I worked my ass off, mainly to prove to myself and others that I wasn't there riding my dad's coat tails, or just because of his name and who he was (Former President of the Union & also served on the Executive Board and was being asked to run for President of the Local again). To make a long story short, around the end of April, the General Forman came to me and said "Kid, I'll make a deal with you. It'll be harder to get into the Program without a high school diploma, so if you go back home, finish your last month of school and graduate, you have a job with me as long as you want it. I'll pay your way home, and back, if you graduate."
I took him up on his offer and went back to Tennessee and finished school. I had been a straight A student up til the day I walked out, and had never officially "quit". I just left at lunch on my b'day and never went back. Even though I had missed a little over two months of school, I showed back up, did my work (still straight A's) and passed the semester exams, my grades were still high enough to graduate without having to do summer school. Then I was gone again, back to Miami and back to work. Ok, even shorter version now.
I spent many years in Miami/Homestead/North Miami Beach & Hollywood. Got into a lot of crazy stuff, Lived through the cocaine cowboy & biker stages, got older and had kids. Miami was getting really bad by then, and I decided that I was going to move back up here when the kids were old enough for school. Then along came Hurricane Andrew and I lost my home and everything I'd worked for to it. I moved my plans forward a little bit, first moving to Georgia, then back here to Tn in 2002. I was in no way possible for the changes that had happened around here, even though I came for a few weekend visits and stayed with some family here when I did.

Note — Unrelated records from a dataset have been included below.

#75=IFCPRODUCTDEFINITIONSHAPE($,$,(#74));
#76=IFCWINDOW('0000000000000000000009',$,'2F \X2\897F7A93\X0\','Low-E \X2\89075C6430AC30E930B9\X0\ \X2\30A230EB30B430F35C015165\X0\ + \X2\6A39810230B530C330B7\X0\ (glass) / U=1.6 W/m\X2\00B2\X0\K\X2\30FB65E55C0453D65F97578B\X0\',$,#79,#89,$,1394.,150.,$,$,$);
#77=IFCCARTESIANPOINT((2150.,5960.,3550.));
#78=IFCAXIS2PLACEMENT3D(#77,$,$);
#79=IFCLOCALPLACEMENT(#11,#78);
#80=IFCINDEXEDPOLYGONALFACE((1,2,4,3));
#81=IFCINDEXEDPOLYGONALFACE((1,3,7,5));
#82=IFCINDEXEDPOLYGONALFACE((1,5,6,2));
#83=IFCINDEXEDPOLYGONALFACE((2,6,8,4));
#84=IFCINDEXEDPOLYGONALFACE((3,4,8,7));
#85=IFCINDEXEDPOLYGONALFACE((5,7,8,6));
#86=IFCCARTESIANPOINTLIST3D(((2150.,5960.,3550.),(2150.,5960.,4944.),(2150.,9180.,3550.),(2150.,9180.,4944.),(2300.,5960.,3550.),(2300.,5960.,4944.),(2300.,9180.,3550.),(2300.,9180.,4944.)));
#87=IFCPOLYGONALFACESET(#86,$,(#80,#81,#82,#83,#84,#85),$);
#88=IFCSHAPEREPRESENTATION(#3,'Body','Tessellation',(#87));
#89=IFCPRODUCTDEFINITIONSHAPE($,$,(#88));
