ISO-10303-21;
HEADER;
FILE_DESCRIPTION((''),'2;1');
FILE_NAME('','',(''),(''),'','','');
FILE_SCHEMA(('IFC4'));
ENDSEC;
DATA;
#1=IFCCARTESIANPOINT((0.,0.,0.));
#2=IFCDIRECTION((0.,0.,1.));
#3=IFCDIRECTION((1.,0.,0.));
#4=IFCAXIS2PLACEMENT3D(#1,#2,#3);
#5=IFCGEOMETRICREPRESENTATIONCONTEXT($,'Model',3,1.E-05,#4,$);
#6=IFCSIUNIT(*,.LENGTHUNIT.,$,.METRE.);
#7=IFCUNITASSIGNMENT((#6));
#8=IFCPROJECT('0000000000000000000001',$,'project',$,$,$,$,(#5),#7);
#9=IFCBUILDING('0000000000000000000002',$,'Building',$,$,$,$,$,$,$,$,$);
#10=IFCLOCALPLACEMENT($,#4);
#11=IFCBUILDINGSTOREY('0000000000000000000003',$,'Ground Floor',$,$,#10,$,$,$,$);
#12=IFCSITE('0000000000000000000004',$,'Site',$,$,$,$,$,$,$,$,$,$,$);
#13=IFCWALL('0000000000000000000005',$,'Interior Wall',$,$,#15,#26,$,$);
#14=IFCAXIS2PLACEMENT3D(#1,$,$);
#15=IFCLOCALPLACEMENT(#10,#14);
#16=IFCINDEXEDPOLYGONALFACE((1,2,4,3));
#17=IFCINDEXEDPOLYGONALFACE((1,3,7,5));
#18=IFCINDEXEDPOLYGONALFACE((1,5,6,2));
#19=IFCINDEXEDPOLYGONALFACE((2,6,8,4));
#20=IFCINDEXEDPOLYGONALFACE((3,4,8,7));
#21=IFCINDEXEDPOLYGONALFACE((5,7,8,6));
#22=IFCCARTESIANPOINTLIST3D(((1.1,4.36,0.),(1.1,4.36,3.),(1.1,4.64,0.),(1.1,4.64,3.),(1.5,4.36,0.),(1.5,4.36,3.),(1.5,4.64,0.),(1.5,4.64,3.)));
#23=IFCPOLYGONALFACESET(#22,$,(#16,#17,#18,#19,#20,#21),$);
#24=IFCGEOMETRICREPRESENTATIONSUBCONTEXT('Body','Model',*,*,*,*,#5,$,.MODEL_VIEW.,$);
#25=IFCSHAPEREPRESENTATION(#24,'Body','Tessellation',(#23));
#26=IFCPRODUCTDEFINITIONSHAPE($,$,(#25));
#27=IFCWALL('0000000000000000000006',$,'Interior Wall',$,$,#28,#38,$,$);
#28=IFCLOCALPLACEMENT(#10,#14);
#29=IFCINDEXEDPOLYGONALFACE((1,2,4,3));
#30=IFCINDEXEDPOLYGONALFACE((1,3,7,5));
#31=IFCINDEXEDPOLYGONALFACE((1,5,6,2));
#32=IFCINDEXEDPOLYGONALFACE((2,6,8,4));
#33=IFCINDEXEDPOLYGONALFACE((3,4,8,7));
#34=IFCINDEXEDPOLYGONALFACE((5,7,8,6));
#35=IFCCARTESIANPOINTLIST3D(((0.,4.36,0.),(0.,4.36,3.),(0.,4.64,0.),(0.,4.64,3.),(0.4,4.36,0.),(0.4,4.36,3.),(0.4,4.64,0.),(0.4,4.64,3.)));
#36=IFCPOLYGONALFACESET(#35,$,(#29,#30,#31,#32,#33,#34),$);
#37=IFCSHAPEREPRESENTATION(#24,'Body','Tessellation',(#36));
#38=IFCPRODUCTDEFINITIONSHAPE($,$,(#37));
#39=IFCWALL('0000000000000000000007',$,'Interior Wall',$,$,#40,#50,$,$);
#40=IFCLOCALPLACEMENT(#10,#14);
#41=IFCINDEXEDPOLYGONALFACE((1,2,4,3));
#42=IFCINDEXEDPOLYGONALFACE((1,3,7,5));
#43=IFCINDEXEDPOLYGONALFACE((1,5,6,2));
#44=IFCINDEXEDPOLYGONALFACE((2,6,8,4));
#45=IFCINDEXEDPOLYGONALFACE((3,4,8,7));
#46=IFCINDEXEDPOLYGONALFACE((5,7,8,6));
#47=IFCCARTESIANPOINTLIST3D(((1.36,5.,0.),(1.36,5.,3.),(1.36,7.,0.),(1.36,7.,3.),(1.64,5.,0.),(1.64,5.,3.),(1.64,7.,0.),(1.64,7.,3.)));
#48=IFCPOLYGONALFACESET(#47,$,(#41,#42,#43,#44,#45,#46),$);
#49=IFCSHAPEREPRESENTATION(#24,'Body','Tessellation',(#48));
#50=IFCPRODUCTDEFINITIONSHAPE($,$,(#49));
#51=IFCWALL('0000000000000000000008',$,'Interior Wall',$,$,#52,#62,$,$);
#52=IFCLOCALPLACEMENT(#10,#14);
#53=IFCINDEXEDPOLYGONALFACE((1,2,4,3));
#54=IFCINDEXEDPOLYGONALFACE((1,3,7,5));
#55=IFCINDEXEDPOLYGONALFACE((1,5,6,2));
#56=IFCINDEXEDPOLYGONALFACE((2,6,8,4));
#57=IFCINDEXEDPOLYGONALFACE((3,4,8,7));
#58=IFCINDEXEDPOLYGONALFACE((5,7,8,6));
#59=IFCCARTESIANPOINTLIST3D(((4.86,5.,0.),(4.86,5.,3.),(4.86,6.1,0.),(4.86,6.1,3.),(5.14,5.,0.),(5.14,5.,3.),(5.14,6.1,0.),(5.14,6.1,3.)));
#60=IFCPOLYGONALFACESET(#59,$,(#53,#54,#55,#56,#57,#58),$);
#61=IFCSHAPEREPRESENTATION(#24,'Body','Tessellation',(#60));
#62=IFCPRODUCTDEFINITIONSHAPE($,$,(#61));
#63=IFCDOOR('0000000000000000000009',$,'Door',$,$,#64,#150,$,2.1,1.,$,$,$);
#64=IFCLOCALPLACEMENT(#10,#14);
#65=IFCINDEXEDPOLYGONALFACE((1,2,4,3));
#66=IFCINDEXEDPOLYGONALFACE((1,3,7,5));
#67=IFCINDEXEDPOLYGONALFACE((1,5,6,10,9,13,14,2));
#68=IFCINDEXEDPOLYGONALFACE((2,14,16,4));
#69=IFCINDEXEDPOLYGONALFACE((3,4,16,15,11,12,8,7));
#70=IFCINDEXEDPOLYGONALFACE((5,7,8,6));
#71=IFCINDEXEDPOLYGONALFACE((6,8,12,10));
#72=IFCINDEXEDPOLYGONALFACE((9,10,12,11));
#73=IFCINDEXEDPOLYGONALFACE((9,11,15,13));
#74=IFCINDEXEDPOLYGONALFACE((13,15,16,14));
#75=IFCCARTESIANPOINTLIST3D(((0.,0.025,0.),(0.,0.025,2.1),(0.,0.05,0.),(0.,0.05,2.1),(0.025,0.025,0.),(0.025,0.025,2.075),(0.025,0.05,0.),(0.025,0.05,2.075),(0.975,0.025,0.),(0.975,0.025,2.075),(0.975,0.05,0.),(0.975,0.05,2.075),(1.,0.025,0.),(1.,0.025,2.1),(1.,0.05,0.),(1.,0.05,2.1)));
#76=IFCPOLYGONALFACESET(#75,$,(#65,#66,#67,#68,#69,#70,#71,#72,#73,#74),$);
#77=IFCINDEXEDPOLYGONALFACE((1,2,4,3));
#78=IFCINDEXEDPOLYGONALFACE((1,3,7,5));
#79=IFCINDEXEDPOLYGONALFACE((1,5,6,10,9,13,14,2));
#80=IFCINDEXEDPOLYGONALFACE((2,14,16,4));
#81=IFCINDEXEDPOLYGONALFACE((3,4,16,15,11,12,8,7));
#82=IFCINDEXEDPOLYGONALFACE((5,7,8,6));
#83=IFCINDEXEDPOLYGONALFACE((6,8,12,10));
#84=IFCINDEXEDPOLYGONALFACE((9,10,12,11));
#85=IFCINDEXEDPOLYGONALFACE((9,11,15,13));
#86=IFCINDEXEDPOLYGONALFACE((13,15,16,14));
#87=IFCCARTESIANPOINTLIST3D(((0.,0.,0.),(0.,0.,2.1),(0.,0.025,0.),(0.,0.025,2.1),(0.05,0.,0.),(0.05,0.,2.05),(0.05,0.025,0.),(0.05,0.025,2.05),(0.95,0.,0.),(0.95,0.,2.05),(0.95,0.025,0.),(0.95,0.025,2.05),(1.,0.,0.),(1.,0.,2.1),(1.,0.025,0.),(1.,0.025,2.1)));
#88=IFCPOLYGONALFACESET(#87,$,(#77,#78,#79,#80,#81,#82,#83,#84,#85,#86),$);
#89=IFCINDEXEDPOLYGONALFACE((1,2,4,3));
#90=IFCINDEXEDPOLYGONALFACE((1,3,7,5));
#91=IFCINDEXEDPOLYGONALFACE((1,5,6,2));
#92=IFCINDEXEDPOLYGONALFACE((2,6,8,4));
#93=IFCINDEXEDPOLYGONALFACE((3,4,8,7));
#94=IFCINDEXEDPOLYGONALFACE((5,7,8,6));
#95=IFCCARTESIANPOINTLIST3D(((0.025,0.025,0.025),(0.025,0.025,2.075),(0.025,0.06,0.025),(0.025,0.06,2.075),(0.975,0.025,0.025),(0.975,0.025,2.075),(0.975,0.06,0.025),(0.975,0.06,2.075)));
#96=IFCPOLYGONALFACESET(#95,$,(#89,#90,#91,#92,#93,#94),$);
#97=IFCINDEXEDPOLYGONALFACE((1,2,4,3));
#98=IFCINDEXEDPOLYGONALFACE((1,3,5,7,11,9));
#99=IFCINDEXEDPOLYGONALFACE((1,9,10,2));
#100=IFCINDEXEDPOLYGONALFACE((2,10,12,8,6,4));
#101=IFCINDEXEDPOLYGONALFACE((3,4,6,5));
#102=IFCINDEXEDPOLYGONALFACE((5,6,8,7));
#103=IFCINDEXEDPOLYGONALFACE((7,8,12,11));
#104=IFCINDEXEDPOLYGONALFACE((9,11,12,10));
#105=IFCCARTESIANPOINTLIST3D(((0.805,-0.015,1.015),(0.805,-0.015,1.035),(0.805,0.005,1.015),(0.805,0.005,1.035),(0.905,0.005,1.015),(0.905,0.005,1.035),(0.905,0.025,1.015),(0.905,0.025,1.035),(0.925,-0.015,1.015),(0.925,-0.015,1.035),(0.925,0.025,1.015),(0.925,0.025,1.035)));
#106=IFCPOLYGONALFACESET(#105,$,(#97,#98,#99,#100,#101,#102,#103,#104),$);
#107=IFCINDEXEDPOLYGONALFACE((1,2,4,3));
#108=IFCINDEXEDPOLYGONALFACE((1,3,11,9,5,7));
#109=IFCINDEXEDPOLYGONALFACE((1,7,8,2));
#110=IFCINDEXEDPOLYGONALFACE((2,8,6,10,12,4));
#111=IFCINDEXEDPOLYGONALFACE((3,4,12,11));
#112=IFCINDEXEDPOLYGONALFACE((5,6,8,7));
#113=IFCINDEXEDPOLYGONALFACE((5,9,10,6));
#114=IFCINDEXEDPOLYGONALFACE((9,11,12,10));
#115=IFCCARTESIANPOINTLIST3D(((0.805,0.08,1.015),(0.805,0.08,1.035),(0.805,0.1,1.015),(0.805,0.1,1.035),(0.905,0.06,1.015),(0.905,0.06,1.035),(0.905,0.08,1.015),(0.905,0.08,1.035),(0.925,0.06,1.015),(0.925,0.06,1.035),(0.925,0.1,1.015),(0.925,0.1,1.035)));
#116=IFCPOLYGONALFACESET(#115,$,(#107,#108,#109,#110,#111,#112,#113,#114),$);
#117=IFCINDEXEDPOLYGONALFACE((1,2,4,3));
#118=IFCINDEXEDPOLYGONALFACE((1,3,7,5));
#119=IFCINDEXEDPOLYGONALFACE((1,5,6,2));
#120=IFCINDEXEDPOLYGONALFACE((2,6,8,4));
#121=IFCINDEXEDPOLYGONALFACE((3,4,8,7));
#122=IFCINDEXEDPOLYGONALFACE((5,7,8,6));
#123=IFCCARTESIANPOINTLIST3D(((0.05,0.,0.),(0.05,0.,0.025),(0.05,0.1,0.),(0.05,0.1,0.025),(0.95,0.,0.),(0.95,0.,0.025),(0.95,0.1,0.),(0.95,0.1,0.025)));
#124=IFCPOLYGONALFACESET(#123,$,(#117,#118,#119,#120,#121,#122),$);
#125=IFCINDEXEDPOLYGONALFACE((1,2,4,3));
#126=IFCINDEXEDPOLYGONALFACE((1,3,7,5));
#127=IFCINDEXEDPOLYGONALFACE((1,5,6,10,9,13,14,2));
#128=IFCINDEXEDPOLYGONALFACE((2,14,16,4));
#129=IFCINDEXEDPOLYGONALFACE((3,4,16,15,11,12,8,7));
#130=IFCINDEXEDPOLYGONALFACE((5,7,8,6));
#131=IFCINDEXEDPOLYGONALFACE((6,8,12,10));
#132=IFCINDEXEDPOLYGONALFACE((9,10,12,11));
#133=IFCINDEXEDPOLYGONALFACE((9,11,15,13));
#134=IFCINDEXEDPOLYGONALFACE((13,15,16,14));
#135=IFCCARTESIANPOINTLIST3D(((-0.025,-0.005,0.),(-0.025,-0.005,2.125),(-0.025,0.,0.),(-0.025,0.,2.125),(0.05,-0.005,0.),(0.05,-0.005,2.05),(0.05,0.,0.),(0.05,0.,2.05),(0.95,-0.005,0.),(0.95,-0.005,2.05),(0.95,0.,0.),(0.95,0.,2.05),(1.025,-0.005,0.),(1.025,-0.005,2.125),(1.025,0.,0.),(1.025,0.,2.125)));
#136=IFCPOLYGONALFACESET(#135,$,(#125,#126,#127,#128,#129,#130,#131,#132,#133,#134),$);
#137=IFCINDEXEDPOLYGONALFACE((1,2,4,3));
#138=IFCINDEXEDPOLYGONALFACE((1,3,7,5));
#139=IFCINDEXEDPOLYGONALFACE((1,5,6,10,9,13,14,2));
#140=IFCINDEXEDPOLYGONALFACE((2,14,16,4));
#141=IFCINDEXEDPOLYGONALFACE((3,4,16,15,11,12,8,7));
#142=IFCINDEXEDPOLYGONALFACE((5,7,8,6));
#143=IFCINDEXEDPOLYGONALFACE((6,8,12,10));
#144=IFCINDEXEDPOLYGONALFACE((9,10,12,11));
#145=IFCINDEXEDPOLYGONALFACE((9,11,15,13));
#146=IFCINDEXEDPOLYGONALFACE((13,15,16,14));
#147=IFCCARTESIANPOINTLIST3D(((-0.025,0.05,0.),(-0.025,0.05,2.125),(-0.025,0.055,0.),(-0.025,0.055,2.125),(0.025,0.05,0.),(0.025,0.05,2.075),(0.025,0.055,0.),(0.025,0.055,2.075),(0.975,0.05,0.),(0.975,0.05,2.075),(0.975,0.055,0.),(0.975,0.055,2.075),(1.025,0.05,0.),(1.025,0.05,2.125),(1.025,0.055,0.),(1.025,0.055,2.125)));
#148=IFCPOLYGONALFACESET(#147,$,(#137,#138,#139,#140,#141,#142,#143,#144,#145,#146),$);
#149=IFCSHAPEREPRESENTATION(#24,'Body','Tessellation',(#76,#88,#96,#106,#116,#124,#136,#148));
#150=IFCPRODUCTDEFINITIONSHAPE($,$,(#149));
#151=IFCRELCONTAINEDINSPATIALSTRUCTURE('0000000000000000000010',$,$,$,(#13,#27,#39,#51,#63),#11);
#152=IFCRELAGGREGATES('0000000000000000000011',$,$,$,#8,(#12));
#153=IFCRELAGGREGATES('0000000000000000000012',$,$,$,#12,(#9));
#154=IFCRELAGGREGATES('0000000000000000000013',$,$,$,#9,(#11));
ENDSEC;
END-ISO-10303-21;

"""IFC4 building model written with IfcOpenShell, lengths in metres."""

from ifc_helpers import new_model, si_unit, frame, origin_with_axes, place, context, subcontext, project, spatial, line, indexed_curve, outline, extrude, element, save


model = new_model("IFC4")

# Units and contexts
model_context = context("Model", 3, precision=1e-05, world=origin_with_axes())
body_context = subcontext(model_context, "Body", "Model", "MODEL_VIEW")
ifc_project = project(units=[si_unit("LENGTHUNIT", "METRE")], contexts=[model_context])

# Site, building, storey
site = spatial("IfcSite", under=ifc_project, Name="Site")
building = spatial("IfcBuilding", under=site, Name="Building")
storey_placement = place(None, origin_with_axes())
storey = spatial("IfcBuildingStorey", under=building, at=storey_placement, Name="Ground Floor")

# Walls
for number, where, z_axis, x_axis, name in (
    (1, (1.5, 4.5, 0.0), (0.0, 0.0, 1.0), (-1.0, 0.0, 0.0), "Interior Wall"),
    (2, (0.4, 4.5, 0.0), (0.0, 0.0, 1.0), (-1.0, 0.0, 0.0), "Interior Wall"),
):
    element("IfcWall", number, at=place(storey_placement, frame(where, z_axis=z_axis, x_axis=x_axis)), inside=storey, Name=name, context=body_context, shape_type="SweptSolid", body=[
        extrude(outline(indexed_curve([(0.0, 0.0), (0.0, 0.28), (0.4, 0.28), (0.4, 0.0), (0.0, 0.0)], self_intersect=False)), frame((0.0, -0.14, 0.0), z_axis=(0.0, 0.0, 1.0), x_axis=(1.0, 0.0, 0.0)), (0.0, 0.0, 1.0), 3.0),
    ])
wall_1_placement = place(storey_placement, frame((1.5, 5.0, 0.0), z_axis=(0.0, 0.0, 1.0), x_axis=(0.0, 1.0, 0.0)))
element("IfcWall", 3, at=wall_1_placement, inside=storey, Name="Interior Wall", context=body_context, shape_type="SweptSolid", body=[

The town itself hadn't changed much, but meth had taken its death grip on the people here. I saw people I graduated with, and they all looked 20 years older than me, except for the few who stayed away from the shit. Several classmates had died from overdoses, or car accidents from falling asleep after being up for a 4 or 5 day binge. The same went for people I knew who were anywhere from 1 to 4 years behind me in school. Hell, one of my kids' teacher didn't show up for class one Monday morning so they had the cops do a welfare check on him since he hadn't called in and they couldn't get him on his home or cell phone. The cops found him slumped over his computer dead, with a bag of meth and a pipe on the desk.
I have seen the effects first hand on how it ages people beyond their years as far as looks. The last time I checked, Coleman camp fuel, anhydrous ammonia, battery acid, match heads and striker plates weren't on the top of the list of wrinkle removers and/or beauty creams, either. Speaking as someone who once had a $1,000/day cocaine habit, I don't understand how people can, and do, willingly put this shit in their bodies... Where we were once in the news every day, averaging 4 or 5 meth lab busts per day, it doesn't even make the news anymore. How sad is that??